> _Problem to work on_: Below are the records; pull every line that includes "Radius".

> _Supplied records_:
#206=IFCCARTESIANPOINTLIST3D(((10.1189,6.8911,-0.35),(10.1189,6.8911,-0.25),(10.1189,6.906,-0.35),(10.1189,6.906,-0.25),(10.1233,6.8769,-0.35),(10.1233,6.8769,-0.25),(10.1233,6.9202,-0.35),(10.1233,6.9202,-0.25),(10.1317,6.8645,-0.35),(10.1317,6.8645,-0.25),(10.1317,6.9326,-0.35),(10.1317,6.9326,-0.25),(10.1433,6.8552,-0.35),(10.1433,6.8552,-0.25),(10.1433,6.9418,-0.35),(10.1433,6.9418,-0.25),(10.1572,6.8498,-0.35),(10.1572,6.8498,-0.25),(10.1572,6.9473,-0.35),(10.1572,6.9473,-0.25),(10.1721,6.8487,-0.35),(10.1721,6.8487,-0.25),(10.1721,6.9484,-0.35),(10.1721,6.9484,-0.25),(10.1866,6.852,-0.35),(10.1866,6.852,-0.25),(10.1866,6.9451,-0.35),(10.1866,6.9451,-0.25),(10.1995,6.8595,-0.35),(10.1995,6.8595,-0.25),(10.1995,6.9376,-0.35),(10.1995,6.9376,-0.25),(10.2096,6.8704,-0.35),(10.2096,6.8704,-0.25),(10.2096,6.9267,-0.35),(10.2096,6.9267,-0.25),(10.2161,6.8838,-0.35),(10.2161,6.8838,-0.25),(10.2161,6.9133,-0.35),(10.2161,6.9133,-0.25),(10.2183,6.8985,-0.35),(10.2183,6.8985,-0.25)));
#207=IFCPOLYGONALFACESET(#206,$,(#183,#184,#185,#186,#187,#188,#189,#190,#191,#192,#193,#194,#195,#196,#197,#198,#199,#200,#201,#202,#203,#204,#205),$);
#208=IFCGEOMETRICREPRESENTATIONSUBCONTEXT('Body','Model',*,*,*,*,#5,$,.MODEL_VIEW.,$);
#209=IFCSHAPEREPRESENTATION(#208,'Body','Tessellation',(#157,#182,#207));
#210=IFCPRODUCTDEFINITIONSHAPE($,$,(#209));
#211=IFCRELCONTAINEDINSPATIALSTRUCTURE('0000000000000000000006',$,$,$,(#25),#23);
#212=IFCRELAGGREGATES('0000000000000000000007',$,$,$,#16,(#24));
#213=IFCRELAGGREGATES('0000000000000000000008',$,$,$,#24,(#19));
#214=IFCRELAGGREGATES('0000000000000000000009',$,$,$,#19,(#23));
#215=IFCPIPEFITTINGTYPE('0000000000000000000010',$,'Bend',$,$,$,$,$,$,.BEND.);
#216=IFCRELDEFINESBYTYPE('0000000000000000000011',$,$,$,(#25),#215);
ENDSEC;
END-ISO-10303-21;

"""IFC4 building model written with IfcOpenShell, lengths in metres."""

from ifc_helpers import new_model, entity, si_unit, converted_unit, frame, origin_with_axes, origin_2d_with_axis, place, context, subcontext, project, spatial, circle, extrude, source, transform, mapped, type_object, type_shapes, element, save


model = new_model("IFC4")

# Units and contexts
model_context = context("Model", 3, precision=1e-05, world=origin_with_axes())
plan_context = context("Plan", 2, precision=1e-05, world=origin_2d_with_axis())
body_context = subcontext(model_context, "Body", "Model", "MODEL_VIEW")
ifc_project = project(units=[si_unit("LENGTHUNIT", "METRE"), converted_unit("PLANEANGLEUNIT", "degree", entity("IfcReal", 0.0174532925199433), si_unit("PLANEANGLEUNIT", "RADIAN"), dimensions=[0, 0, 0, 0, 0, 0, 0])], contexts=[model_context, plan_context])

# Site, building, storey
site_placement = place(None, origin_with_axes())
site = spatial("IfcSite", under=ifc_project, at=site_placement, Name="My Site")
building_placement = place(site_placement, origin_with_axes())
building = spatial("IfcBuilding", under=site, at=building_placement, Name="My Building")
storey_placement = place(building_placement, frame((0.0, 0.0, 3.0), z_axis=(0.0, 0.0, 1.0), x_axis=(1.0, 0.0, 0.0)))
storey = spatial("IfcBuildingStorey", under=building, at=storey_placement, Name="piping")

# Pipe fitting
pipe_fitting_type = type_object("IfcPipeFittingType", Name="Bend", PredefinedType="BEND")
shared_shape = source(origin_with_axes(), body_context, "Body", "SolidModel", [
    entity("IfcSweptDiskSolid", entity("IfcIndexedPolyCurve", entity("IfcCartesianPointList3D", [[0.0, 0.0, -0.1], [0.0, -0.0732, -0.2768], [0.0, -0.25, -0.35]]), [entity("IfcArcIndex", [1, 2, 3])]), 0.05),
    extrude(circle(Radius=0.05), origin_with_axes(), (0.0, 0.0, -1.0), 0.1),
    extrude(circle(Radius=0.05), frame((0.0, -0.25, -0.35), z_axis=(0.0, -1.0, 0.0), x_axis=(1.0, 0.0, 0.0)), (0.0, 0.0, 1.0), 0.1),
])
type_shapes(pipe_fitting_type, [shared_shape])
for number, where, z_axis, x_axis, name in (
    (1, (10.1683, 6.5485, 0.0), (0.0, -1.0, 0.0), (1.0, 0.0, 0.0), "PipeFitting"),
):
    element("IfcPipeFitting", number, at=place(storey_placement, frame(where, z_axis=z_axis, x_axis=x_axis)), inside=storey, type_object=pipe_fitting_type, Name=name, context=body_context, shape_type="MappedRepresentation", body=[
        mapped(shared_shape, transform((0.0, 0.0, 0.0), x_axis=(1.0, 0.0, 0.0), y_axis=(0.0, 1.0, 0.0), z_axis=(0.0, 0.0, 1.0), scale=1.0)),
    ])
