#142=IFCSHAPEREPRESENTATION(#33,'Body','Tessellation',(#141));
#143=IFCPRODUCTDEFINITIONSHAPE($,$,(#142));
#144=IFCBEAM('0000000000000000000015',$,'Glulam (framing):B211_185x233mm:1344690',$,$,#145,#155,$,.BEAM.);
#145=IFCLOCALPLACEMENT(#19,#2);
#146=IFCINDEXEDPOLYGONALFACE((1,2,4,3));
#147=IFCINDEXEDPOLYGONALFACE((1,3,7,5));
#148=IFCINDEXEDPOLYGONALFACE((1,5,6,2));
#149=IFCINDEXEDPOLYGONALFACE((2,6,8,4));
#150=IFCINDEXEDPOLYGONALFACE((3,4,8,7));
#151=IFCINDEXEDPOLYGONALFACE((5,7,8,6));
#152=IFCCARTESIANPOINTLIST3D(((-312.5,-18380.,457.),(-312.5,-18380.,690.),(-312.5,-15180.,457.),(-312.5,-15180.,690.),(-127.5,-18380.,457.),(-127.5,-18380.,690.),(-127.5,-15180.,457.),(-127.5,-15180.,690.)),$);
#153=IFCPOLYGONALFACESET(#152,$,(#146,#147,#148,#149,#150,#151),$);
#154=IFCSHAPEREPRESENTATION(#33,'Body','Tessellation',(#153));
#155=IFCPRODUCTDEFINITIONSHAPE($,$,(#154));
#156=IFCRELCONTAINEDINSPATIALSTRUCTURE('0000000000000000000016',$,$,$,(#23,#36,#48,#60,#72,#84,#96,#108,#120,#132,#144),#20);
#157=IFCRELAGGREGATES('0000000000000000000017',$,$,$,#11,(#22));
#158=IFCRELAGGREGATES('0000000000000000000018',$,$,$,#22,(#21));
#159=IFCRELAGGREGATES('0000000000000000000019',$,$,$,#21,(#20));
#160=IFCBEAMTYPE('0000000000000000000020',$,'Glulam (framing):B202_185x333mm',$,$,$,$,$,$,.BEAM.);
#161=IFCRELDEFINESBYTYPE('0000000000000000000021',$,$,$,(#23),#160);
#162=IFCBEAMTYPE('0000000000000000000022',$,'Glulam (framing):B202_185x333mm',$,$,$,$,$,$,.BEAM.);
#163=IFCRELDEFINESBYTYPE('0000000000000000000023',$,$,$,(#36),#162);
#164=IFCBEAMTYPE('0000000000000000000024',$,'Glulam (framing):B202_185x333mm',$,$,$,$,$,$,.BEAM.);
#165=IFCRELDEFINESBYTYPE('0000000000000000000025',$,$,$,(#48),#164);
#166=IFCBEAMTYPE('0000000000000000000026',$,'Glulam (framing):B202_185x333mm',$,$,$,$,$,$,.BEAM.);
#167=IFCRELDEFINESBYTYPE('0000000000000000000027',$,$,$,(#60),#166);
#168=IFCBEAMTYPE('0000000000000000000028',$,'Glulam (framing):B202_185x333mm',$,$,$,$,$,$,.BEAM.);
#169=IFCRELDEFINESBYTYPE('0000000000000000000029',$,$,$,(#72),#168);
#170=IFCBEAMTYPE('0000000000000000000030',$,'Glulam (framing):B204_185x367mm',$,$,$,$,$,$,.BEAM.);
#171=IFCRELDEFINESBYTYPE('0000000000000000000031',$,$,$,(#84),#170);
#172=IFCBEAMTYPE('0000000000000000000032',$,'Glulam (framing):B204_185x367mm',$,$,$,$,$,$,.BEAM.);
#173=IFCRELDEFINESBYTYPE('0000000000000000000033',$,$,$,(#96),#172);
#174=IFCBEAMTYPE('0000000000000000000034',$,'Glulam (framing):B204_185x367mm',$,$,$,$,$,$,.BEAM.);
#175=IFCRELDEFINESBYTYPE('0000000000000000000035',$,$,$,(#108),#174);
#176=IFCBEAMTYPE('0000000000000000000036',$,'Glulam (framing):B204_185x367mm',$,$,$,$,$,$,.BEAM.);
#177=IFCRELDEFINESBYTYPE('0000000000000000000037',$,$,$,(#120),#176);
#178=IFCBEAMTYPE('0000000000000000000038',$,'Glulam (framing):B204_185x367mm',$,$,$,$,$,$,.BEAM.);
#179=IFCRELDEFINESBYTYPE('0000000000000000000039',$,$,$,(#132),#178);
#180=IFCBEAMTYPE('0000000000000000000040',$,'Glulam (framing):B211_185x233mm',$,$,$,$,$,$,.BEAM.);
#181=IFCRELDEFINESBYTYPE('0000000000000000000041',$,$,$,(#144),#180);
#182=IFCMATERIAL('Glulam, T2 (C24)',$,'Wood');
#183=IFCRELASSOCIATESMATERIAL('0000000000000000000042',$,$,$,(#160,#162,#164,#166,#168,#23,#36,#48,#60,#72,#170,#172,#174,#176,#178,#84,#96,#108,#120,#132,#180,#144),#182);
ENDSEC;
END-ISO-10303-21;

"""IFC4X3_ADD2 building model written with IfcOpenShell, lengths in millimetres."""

> _Answer section_:
    extrude(circle(Radius=0.05), origin_with_axes(), (0.0, 0.0, -1.0), 0.1),
    extrude(circle(Radius=0.05), frame((0.0, -0.25, -0.35), z_axis=(0.0, -1.0, 0.0), x_axis=(1.0, 0.0, 0.0)), (0.0, 0.0, 1.0), 0.1),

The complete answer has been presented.